• _Exercise prompt_: Establish the number of lines below that contain the string "IFCRELCONTAINEDINSPATIALSTRUCTURE". State that number alone.

Saved data entries
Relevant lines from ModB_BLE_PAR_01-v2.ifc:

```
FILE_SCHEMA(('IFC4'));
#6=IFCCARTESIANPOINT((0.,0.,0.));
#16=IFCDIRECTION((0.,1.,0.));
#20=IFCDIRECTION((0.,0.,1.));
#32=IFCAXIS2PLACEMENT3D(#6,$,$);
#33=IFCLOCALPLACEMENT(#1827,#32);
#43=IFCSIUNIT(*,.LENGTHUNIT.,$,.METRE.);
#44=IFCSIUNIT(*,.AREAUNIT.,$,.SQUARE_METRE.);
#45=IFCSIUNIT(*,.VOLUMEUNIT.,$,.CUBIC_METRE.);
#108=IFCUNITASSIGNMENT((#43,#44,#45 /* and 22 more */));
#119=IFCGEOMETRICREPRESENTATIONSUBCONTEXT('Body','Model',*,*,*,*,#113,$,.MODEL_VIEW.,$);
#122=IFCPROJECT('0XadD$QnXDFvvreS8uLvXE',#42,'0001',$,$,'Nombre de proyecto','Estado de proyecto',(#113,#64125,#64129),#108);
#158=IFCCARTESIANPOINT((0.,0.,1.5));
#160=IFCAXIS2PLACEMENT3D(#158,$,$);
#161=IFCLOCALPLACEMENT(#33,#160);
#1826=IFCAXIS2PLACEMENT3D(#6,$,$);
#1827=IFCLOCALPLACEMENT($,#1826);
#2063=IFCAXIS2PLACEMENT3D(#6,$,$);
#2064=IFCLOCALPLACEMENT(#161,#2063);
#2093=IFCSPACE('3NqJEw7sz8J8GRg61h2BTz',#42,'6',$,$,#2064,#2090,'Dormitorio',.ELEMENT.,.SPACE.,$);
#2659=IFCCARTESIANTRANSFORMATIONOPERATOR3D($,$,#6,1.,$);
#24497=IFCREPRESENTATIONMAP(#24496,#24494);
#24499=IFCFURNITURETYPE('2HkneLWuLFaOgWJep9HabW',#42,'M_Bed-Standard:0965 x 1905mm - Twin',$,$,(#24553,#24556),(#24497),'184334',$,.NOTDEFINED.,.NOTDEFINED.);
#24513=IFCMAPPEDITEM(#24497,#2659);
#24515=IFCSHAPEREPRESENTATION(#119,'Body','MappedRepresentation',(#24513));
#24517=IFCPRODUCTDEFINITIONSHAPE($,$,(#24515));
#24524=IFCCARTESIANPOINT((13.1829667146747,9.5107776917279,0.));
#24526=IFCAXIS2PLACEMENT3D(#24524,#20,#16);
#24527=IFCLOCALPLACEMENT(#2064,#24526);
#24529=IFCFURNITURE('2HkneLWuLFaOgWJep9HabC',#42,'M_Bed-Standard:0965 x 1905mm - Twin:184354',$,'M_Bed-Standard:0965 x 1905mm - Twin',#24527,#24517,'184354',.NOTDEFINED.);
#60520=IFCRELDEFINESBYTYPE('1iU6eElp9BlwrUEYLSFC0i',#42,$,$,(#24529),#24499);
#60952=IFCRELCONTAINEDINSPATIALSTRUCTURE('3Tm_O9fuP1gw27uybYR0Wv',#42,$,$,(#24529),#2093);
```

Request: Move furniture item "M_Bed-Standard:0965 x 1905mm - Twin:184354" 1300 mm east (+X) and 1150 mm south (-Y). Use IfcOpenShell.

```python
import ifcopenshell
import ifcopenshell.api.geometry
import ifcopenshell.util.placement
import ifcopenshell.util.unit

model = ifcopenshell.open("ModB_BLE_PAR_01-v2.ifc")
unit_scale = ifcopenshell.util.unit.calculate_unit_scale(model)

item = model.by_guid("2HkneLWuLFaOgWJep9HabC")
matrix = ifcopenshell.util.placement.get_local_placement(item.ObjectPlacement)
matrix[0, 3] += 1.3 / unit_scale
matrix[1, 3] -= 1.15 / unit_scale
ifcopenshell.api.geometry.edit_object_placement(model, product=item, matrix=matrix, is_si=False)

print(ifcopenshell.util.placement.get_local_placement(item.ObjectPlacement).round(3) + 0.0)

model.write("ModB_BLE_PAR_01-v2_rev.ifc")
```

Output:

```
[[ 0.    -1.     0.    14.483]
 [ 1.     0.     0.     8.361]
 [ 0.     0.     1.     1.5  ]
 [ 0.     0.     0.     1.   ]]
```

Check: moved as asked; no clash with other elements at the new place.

--

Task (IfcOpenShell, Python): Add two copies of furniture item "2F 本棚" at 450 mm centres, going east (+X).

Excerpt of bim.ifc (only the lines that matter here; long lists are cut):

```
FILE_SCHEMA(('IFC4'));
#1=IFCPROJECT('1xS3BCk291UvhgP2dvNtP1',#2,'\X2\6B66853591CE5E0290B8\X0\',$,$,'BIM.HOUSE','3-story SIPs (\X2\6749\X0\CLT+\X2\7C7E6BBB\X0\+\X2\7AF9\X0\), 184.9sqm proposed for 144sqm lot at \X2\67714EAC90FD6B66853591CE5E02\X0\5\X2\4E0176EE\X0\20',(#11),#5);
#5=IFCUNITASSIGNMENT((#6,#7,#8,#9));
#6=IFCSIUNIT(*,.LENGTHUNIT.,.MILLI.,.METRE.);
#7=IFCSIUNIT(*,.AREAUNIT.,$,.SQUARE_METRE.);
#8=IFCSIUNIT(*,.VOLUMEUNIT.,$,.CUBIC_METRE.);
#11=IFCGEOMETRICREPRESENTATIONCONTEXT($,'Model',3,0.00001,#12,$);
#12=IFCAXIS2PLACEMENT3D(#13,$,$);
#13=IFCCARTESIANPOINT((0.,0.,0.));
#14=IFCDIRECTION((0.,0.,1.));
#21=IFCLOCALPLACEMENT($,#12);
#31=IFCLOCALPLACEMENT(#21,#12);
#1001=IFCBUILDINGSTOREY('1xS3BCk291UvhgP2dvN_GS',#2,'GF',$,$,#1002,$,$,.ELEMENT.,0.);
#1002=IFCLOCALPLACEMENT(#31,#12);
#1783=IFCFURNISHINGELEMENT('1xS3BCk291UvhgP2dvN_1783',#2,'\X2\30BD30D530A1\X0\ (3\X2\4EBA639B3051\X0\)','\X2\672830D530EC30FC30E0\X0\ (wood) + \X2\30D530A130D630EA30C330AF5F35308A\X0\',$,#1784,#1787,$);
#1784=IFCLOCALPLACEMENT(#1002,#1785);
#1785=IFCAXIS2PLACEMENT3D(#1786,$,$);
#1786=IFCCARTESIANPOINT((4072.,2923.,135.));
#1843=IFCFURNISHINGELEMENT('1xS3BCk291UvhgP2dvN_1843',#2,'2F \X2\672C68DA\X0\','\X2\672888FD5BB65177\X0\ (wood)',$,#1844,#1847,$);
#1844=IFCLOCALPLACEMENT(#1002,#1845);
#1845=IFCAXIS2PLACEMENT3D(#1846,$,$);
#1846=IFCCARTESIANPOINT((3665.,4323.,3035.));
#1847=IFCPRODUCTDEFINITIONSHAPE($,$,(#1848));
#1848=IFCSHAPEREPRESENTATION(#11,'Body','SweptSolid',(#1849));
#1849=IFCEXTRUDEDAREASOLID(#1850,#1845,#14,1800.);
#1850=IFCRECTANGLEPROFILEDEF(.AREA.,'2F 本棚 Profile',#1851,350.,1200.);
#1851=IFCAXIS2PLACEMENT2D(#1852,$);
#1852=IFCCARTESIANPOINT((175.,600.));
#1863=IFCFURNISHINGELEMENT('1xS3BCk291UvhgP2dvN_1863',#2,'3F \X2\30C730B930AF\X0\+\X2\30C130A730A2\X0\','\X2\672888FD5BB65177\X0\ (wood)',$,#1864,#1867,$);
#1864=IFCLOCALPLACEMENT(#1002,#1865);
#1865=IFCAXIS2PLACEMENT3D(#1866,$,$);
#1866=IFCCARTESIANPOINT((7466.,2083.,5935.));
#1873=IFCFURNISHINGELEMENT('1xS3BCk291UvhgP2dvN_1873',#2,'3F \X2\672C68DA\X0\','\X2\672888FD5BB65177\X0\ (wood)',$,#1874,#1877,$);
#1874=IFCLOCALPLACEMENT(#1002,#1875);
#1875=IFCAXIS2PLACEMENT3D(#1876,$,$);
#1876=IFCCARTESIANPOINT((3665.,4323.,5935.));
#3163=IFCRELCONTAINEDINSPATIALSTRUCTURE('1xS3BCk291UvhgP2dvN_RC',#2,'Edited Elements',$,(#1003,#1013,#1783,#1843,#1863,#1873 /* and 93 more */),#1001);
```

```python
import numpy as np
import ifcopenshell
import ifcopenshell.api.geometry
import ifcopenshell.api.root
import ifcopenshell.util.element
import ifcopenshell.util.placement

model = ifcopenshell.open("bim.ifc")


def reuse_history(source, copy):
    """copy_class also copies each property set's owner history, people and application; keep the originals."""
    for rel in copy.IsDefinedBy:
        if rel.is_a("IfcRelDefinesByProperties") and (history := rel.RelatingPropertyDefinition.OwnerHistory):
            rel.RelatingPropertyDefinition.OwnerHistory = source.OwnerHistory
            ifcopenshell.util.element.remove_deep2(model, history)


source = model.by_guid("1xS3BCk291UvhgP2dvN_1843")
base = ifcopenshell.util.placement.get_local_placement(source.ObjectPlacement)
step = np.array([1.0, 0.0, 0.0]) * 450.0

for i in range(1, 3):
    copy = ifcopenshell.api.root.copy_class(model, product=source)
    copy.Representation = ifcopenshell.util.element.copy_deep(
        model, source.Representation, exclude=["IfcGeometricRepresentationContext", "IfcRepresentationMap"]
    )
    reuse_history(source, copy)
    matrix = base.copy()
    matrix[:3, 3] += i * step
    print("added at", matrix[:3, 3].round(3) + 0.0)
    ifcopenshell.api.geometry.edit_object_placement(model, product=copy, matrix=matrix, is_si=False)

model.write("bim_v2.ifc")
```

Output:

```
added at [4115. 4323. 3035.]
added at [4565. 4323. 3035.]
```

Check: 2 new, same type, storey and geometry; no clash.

--

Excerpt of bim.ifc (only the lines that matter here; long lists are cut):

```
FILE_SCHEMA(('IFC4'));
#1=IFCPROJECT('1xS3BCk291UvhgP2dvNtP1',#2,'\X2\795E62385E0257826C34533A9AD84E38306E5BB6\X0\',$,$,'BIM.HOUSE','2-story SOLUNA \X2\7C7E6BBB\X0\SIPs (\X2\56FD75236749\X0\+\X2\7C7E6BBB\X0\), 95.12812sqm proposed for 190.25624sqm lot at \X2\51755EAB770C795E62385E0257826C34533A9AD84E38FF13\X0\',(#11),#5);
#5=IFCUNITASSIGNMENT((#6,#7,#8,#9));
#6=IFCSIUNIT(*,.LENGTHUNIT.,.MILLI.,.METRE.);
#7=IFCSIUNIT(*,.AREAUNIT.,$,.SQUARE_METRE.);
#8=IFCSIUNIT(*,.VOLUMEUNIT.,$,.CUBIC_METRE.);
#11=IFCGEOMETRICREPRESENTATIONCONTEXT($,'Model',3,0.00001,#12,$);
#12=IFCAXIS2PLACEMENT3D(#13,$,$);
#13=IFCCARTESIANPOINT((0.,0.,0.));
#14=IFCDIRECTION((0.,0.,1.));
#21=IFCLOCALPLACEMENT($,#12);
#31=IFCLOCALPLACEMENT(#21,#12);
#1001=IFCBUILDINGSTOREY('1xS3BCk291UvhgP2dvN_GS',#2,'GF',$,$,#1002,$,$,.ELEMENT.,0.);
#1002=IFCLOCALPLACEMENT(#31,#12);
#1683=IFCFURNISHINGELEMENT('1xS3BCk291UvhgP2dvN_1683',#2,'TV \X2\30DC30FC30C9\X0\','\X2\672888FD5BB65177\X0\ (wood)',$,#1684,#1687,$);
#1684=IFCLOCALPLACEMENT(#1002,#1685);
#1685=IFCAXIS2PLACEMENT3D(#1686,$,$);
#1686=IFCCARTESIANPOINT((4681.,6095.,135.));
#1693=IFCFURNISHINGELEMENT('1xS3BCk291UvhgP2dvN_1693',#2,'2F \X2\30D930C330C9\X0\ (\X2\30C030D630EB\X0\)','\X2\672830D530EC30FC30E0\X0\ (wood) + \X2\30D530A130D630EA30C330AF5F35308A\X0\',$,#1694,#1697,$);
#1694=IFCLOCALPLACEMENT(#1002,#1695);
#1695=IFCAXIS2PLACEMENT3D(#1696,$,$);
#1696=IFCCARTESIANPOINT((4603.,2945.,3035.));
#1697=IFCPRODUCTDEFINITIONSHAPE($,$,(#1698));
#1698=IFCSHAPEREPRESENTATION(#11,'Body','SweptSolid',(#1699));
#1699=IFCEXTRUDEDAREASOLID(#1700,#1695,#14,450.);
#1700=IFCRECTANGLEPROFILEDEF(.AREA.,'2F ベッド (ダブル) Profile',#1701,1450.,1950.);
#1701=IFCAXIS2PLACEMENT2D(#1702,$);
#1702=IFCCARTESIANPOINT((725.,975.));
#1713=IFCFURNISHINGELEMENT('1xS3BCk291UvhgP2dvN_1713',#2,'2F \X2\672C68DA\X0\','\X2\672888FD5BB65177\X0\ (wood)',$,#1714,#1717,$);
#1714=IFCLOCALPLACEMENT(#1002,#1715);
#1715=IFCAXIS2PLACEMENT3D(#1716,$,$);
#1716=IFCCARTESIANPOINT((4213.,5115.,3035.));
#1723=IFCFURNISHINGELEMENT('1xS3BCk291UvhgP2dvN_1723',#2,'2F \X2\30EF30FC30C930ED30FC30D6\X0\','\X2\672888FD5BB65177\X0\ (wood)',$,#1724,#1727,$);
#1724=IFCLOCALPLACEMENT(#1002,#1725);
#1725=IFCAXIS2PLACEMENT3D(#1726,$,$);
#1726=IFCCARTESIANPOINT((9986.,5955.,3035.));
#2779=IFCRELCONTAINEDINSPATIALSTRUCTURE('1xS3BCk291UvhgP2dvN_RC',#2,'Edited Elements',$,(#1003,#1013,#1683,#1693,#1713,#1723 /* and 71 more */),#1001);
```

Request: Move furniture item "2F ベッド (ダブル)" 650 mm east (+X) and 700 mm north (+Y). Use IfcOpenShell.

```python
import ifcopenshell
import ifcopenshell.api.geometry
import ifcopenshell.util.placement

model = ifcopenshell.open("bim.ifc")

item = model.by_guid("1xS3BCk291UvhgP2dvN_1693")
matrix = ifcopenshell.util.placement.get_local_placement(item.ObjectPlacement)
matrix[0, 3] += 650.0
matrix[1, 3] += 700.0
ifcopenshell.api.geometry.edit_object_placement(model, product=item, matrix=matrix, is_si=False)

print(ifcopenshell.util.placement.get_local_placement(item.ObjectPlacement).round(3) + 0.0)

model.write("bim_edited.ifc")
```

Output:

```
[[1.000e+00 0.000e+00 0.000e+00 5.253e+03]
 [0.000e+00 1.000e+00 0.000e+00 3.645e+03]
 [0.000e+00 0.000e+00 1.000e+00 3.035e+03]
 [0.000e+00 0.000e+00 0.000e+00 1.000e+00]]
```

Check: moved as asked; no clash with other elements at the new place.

• _Worked solution_: 3